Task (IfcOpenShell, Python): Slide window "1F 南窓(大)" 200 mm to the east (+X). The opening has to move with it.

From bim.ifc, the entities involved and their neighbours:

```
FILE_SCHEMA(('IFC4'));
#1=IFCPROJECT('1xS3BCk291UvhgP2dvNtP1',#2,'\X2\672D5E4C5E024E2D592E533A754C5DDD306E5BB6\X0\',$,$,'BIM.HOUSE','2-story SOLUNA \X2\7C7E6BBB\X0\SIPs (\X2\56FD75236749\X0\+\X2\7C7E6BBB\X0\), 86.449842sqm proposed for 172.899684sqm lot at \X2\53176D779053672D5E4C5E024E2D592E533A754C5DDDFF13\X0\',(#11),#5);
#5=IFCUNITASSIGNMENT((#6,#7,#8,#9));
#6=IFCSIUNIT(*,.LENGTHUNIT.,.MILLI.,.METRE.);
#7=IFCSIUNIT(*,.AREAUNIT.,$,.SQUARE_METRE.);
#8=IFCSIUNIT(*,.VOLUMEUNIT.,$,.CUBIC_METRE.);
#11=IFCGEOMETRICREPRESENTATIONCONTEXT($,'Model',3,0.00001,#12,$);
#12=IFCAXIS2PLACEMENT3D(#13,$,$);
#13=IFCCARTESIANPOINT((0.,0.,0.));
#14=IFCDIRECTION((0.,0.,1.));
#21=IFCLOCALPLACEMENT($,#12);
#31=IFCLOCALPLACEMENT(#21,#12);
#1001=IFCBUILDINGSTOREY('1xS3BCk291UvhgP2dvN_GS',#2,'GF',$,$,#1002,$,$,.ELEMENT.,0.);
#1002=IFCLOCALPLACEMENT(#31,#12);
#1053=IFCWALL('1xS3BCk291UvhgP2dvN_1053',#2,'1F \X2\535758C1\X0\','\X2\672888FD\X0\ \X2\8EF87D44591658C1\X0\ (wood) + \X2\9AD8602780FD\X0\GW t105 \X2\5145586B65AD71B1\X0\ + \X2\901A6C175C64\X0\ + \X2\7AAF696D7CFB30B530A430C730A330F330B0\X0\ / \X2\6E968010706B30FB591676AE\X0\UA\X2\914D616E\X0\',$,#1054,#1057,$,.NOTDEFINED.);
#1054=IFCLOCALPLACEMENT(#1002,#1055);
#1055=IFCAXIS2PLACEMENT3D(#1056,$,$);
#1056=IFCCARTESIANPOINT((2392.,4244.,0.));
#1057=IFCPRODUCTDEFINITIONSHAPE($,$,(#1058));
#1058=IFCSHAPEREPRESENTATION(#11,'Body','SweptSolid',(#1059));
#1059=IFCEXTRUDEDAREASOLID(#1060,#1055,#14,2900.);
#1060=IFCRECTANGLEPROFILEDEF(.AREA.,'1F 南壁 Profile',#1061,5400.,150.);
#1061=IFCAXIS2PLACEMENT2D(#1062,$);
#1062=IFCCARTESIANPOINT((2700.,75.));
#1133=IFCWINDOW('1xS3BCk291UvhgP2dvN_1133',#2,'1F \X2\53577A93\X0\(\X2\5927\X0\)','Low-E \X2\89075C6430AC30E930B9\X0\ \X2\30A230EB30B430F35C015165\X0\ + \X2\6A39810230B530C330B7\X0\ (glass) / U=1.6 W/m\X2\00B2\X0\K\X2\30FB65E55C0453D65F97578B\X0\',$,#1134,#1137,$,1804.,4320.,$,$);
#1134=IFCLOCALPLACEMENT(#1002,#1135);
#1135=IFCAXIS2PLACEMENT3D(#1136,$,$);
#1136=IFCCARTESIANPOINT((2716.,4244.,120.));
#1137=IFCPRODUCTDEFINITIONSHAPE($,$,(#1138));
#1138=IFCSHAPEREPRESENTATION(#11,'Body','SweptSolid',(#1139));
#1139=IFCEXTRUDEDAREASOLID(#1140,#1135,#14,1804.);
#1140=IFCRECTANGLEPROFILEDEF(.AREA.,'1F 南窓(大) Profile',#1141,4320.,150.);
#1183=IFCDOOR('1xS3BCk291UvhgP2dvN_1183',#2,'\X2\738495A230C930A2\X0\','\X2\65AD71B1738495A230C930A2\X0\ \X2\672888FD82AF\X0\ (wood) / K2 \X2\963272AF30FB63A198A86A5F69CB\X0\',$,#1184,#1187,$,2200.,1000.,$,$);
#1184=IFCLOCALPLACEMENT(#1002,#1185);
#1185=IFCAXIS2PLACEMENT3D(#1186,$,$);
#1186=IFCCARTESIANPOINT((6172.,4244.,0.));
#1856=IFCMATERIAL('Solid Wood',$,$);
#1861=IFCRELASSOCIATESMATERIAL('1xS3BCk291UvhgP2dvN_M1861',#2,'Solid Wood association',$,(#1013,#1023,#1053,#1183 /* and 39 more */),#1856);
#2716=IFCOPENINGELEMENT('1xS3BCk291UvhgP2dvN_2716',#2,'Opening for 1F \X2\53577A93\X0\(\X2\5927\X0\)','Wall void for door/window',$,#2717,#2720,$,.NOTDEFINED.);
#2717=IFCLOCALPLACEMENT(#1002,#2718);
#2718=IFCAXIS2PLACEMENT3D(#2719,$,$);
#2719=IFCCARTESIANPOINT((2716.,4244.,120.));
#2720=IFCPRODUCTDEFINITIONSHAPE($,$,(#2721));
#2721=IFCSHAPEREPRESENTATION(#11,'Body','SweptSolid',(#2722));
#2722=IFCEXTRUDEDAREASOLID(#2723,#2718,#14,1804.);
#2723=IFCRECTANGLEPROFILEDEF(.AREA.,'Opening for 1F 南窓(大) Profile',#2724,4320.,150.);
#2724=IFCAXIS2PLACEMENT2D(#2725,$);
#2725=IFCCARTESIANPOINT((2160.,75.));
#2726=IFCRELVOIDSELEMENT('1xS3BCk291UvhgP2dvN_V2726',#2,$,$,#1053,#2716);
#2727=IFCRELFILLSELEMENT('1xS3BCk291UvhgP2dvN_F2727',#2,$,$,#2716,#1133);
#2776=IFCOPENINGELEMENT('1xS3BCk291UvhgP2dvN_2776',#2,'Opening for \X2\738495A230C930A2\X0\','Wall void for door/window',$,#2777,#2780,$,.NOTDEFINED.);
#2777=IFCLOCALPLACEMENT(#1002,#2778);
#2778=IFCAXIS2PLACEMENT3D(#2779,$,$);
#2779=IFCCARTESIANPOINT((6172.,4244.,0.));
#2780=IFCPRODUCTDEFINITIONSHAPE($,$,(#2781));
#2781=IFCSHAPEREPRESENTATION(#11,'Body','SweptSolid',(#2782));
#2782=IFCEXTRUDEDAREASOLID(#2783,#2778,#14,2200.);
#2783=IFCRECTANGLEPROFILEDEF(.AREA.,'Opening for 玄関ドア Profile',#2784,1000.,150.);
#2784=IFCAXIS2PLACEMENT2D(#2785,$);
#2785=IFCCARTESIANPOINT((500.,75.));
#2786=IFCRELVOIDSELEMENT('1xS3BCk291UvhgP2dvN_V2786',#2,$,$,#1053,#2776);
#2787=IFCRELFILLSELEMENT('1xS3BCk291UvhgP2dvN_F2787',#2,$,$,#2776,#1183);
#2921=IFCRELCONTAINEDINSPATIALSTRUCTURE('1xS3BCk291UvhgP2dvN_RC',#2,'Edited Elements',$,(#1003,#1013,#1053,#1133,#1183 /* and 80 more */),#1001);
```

```python
import ifcopenshell
import ifcopenshell.api.geometry
import ifcopenshell.util.placement

model = ifcopenshell.open("bim.ifc")

window = model.by_id(1133)
opening = window.FillsVoids[0].RelatingOpeningElement
wall = opening.VoidsElements[0].RelatingBuildingElement

wall_matrix = ifcopenshell.util.placement.get_local_placement(wall.ObjectPlacement)
shift = wall_matrix[:3, 0] * 200.0
before = ifcopenshell.util.placement.get_local_placement(window.ObjectPlacement)[:3, 3].copy()

# The window is not placed relative to its opening, so move both.
for product in (opening, window):
    matrix = ifcopenshell.util.placement.get_local_placement(product.ObjectPlacement)
    matrix[:3, 3] += shift
    ifcopenshell.api.geometry.edit_object_placement(model, product=product, matrix=matrix, is_si=False)

after = ifcopenshell.util.placement.get_local_placement(window.ObjectPlacement)[:3, 3]
print("window moved by", (after - before).round(3) + 0.0)

model.write("bim-out.ifc")
```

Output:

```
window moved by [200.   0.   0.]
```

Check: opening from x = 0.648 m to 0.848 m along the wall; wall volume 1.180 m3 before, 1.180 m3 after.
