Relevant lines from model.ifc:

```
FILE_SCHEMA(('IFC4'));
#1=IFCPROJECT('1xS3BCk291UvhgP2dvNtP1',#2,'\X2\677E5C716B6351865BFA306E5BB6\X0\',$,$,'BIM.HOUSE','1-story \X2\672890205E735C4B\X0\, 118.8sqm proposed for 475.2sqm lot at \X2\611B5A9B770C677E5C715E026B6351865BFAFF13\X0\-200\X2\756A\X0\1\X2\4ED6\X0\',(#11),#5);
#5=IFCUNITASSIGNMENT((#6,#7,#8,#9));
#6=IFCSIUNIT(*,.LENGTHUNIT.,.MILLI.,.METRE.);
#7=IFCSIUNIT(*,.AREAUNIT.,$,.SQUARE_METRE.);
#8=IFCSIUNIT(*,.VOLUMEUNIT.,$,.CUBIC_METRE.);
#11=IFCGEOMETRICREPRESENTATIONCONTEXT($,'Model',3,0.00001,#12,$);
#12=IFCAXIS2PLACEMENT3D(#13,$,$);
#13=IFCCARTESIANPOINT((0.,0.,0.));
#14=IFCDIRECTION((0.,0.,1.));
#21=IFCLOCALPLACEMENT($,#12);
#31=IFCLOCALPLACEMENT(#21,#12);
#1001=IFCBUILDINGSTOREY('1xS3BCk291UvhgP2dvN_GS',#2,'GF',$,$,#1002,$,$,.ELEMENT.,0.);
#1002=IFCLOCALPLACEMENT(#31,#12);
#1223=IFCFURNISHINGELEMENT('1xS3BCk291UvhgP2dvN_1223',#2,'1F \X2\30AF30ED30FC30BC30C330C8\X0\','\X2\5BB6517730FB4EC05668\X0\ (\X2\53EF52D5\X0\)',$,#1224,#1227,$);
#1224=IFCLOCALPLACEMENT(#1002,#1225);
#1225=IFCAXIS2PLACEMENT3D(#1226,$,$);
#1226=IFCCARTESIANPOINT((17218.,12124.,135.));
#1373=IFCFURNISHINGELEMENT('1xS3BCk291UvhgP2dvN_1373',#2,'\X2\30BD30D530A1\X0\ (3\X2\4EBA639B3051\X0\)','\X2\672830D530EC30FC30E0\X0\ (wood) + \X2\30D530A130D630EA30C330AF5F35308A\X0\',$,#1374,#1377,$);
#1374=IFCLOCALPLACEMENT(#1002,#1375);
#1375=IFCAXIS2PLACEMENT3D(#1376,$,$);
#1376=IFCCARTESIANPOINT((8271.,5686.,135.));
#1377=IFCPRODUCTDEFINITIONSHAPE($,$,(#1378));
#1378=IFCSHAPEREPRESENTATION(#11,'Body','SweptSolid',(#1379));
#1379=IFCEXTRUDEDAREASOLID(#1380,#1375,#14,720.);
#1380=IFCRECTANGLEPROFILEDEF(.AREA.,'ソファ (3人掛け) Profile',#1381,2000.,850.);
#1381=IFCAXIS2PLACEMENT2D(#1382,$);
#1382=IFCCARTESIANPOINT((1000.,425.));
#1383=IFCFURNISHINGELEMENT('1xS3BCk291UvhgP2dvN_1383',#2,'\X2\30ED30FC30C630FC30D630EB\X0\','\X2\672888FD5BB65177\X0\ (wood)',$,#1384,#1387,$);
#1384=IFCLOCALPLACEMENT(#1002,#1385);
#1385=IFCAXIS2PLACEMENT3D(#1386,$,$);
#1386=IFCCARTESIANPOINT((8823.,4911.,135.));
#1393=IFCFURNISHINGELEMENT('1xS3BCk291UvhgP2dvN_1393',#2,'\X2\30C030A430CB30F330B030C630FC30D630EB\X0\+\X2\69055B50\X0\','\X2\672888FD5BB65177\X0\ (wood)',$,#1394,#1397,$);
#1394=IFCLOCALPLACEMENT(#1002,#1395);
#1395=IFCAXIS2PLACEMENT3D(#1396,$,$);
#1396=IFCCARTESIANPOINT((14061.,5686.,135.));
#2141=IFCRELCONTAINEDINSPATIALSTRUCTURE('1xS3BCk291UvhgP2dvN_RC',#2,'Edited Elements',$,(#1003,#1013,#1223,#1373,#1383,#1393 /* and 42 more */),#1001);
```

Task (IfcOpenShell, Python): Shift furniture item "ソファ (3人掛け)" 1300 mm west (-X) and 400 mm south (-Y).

```python
import ifcopenshell
import ifcopenshell.api.geometry
import ifcopenshell.util.placement

model = ifcopenshell.open("model.ifc")

item = model.by_id(1373)
matrix = ifcopenshell.util.placement.get_local_placement(item.ObjectPlacement)
matrix[0, 3] -= 1300.0
matrix[1, 3] -= 400.0
ifcopenshell.api.geometry.edit_object_placement(model, product=item, matrix=matrix, is_si=False)

print(ifcopenshell.util.placement.get_local_placement(item.ObjectPlacement).round(3) + 0.0)

model.write("model_updated.ifc")
```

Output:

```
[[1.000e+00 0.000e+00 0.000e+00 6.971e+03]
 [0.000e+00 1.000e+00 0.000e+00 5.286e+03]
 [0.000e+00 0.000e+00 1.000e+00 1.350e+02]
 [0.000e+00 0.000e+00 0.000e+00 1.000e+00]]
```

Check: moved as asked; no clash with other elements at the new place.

▶ **Exercise objective**
The lines to report are those in the material above that contain the word "with"; copy every one of them.

▶ **Result of the task**
Task (IfcOpenShell, Python): Slide window "1F 南窓(大)" 200 mm to the east (+X). The opening has to move with it.
Check: moved as asked; no clash with other elements at the new place.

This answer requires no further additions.